Problem description:
Your job with the data below is to output exactly the lines from the one holding "a surveyed BIM',$,#52,#62,$,$);" down to the one holding "#57=IFCINDEXEDPOLYGONALFACE((3,4,8,7));", both included, and no others.
---- Given data
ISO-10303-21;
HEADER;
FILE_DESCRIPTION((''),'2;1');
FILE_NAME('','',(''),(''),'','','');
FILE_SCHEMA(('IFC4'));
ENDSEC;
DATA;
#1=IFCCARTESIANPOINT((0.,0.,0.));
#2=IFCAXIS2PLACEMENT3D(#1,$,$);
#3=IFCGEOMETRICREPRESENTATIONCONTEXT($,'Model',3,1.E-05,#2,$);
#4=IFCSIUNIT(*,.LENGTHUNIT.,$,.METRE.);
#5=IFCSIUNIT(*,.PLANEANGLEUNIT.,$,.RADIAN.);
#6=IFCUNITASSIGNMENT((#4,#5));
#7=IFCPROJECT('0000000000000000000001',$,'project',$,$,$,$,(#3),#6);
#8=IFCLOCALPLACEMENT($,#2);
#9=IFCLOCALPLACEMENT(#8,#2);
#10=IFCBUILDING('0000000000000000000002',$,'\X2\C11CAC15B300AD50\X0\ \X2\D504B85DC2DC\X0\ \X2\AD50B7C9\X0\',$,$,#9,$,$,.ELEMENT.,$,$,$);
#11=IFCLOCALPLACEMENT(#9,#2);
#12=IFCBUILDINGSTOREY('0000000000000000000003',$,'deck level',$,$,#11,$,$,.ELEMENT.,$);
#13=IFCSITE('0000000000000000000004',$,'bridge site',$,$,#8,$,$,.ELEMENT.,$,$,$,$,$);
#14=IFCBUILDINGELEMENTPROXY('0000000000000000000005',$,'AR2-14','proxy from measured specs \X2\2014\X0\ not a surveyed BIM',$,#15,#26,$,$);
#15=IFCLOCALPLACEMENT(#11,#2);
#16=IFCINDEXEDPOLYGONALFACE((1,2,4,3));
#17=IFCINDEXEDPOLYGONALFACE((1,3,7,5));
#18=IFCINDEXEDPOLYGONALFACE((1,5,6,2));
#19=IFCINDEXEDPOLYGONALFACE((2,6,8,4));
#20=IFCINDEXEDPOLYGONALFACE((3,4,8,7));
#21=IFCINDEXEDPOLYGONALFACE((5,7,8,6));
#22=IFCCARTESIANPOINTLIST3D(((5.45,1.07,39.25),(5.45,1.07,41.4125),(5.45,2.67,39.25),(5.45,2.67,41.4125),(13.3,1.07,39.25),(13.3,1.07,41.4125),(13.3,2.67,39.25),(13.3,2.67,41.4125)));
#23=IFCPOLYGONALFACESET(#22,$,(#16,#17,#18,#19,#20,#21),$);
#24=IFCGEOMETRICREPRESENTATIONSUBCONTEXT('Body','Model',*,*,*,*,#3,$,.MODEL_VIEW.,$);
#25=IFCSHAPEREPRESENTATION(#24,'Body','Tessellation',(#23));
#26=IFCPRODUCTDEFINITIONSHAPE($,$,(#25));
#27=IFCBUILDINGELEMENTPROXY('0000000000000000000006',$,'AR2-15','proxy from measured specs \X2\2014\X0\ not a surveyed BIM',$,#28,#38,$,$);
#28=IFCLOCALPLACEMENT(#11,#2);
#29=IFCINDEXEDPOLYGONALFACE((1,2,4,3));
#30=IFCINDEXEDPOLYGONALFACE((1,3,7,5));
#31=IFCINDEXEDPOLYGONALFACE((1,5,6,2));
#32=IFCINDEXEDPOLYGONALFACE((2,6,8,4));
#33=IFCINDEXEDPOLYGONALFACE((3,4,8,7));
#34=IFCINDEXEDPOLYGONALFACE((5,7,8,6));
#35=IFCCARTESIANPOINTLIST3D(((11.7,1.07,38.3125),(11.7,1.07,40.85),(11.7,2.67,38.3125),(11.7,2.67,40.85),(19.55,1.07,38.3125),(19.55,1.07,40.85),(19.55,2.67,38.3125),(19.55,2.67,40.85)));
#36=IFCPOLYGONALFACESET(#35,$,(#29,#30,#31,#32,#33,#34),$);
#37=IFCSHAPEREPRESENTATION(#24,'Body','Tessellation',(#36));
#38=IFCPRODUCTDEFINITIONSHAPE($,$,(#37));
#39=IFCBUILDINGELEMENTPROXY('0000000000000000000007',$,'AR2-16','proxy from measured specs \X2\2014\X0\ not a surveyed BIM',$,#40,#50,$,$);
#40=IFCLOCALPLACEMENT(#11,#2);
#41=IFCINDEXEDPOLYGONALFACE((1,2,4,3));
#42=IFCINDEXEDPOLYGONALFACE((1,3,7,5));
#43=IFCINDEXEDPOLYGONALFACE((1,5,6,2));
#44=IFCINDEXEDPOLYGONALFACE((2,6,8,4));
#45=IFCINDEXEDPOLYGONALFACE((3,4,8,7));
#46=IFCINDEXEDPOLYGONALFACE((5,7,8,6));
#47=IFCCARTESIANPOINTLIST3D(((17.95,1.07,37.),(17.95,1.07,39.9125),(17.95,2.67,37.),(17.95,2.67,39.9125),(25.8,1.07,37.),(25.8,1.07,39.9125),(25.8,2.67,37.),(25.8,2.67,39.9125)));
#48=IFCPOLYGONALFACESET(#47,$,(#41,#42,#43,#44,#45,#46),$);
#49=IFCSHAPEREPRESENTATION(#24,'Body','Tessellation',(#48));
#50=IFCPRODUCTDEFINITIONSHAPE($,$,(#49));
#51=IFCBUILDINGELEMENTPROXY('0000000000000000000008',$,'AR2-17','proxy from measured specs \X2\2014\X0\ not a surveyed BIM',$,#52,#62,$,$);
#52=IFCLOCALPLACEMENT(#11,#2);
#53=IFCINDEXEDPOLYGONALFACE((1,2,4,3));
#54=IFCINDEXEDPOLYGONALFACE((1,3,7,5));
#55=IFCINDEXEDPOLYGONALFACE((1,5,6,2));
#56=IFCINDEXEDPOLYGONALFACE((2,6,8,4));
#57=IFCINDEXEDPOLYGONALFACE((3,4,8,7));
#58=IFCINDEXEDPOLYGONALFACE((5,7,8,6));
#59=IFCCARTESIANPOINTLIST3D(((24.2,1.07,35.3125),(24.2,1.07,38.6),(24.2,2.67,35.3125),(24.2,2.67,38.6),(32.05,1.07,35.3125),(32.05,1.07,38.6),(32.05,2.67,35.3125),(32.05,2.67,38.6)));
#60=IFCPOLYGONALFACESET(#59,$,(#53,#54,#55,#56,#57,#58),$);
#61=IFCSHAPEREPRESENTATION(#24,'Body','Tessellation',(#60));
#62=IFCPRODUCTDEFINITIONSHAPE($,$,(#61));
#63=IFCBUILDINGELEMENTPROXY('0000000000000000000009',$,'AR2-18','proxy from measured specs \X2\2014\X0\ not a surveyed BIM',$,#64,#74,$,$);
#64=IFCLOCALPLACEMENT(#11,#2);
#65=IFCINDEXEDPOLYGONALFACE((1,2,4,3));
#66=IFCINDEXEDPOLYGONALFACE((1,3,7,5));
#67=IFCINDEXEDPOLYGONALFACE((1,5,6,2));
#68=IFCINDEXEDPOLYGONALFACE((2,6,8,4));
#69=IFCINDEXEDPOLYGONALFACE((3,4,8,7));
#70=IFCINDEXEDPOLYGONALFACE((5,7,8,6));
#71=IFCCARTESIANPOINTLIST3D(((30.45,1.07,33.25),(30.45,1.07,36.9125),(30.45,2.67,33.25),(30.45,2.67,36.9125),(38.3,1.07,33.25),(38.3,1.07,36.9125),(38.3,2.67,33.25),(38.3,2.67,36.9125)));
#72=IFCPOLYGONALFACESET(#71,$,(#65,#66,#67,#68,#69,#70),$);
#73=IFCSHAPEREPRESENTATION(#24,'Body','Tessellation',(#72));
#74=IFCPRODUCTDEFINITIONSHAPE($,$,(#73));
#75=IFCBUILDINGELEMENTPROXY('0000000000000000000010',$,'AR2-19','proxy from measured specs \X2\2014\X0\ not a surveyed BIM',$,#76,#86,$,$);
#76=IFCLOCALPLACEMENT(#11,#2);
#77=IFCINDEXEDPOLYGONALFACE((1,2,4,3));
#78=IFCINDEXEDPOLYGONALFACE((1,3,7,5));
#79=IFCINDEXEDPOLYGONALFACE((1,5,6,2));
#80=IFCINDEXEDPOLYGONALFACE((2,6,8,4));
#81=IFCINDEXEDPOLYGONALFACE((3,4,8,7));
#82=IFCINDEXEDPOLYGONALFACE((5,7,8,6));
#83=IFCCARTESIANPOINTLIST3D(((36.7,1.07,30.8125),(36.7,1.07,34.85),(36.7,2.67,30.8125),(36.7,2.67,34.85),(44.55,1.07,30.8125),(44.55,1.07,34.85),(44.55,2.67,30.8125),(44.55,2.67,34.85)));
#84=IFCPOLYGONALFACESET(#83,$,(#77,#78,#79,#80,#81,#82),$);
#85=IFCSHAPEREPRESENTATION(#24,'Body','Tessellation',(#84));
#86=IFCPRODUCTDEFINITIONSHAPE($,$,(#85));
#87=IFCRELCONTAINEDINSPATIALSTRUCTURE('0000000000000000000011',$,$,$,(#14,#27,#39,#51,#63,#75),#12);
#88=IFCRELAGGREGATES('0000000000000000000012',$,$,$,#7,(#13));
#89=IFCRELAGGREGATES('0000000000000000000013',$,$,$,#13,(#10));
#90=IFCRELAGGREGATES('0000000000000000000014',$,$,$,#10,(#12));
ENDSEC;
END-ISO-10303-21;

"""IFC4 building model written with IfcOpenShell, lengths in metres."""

from ifc_helpers import new_model, si_unit, frame, origin, origin_2d, place, context, subcontext, project, spatial, rectangle, extrude, element, save


model = new_model("IFC4")

# Units and contexts
model_context = context("Model", 3, precision=1e-05, world=origin())
body_context = subcontext(model_context, "Body", "Model", "MODEL_VIEW")
ifc_project = project(units=[si_unit("LENGTHUNIT", "METRE"), si_unit("PLANEANGLEUNIT", "RADIAN")], contexts=[model_context])

# Site, building, storey
site_placement = place(None, origin())
site = spatial("IfcSite", under=ifc_project, at=site_placement, Name="bridge site", CompositionType="ELEMENT")
building_placement = place(site_placement, origin())
building = spatial("IfcBuilding", under=site, at=building_placement, Name="서강대교 프록시 교량", CompositionType="ELEMENT")
storey_placement = place(building_placement, origin())
storey = spatial("IfcBuildingStorey", under=building, at=storey_placement, Name="deck level", CompositionType="ELEMENT")

# Building element proxies
proxy_1_placement = place(storey_placement, frame((9.375, 1.87, 39.25)))
element("IfcBuildingElementProxy", 1, at=proxy_1_placement, inside=storey, Name="AR2-14", Description="proxy from measured specs — not a surveyed BIM", context=body_context, shape_type="SweptSolid", body=[
    extrude(rectangle(XDim=7.85, YDim=1.6, at=origin_2d()), origin(), (0.0, 0.0, 1.0), 2.1625),
])
proxy_2_placement = place(storey_placement, frame((15.625, 1.87, 38.3125)))
element("IfcBuildingElementProxy", 2, at=proxy_2_placement, inside=storey, Name="AR2-15", Description="proxy from measured specs — not a surveyed BIM", context=body_context, shape_type="SweptSolid", body=[
    extrude(rectangle(XDim=7.85, YDim=1.6, at=origin_2d()), origin(), (0.0, 0.0, 1.0), 2.5375),
])
proxy_3_placement = place(storey_placement, frame((21.875, 1.87, 37.0)))
element("IfcBuildingElementProxy", 3, at=proxy_3_placement, inside=storey, Name="AR2-16", Description="proxy from measured specs — not a surveyed BIM", context=body_context, shape_type="SweptSolid", body=[
    extrude(rectangle(XDim=7.85, YDim=1.6, at=origin_2d()), origin(), (0.0, 0.0, 1.0), 2.9125),
])
proxy_4_placement = place(storey_placement, frame((28.125, 1.87, 35.3125)))
element("IfcBuildingElementProxy", 4, at=proxy_4_placement, inside=storey, Name="AR2-17", Description="proxy from measured specs — not a surveyed BIM", context=body_context, shape_type="SweptSolid", body=[
    extrude(rectangle(XDim=7.85, YDim=1.6, at=origin_2d()), origin(), (0.0, 0.0, 1.0), 3.2875),
])
proxy_5_placement = place(storey_placement, frame((34.375, 1.87, 33.25)))
element("IfcBuildingElementProxy", 5, at=proxy_5_placement, inside=storey, Name="AR2-18", Description="proxy from measured specs — not a surveyed BIM", context=body_context, shape_type="SweptSolid", body=[
    extrude(rectangle(XDim=7.85, YDim=1.6, at=origin_2d()), origin(), (0.0, 0.0, 1.0), 3.6625),
])
proxy_6_placement = place(storey_placement, frame((40.625, 1.87, 30.8125)))
element("IfcBuildingElementProxy", 6, at=proxy_6_placement, inside=storey, Name="AR2-19", Description="proxy from measured specs — not a surveyed BIM", context=body_context, shape_type="SweptSolid", body=[
    extrude(rectangle(XDim=7.85, YDim=1.6, at=origin_2d()), origin(), (0.0, 0.0, 1.0), 4.0375),
])

save(model, "model.ifc")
--------
Exercise output:
#51=IFCBUILDINGELEMENTPROXY('0000000000000000000008',$,'AR2-17','proxy from measured specs \X2\2014\X0\ not a surveyed BIM',$,#52,#62,$,$);
#52=IFCLOCALPLACEMENT(#11,#2);
#53=IFCINDEXEDPOLYGONALFACE((1,2,4,3));
#54=IFCINDEXEDPOLYGONALFACE((1,3,7,5));
#55=IFCINDEXEDPOLYGONALFACE((1,5,6,2));
#56=IFCINDEXEDPOLYGONALFACE((2,6,8,4));
#57=IFCINDEXEDPOLYGONALFACE((3,4,8,7));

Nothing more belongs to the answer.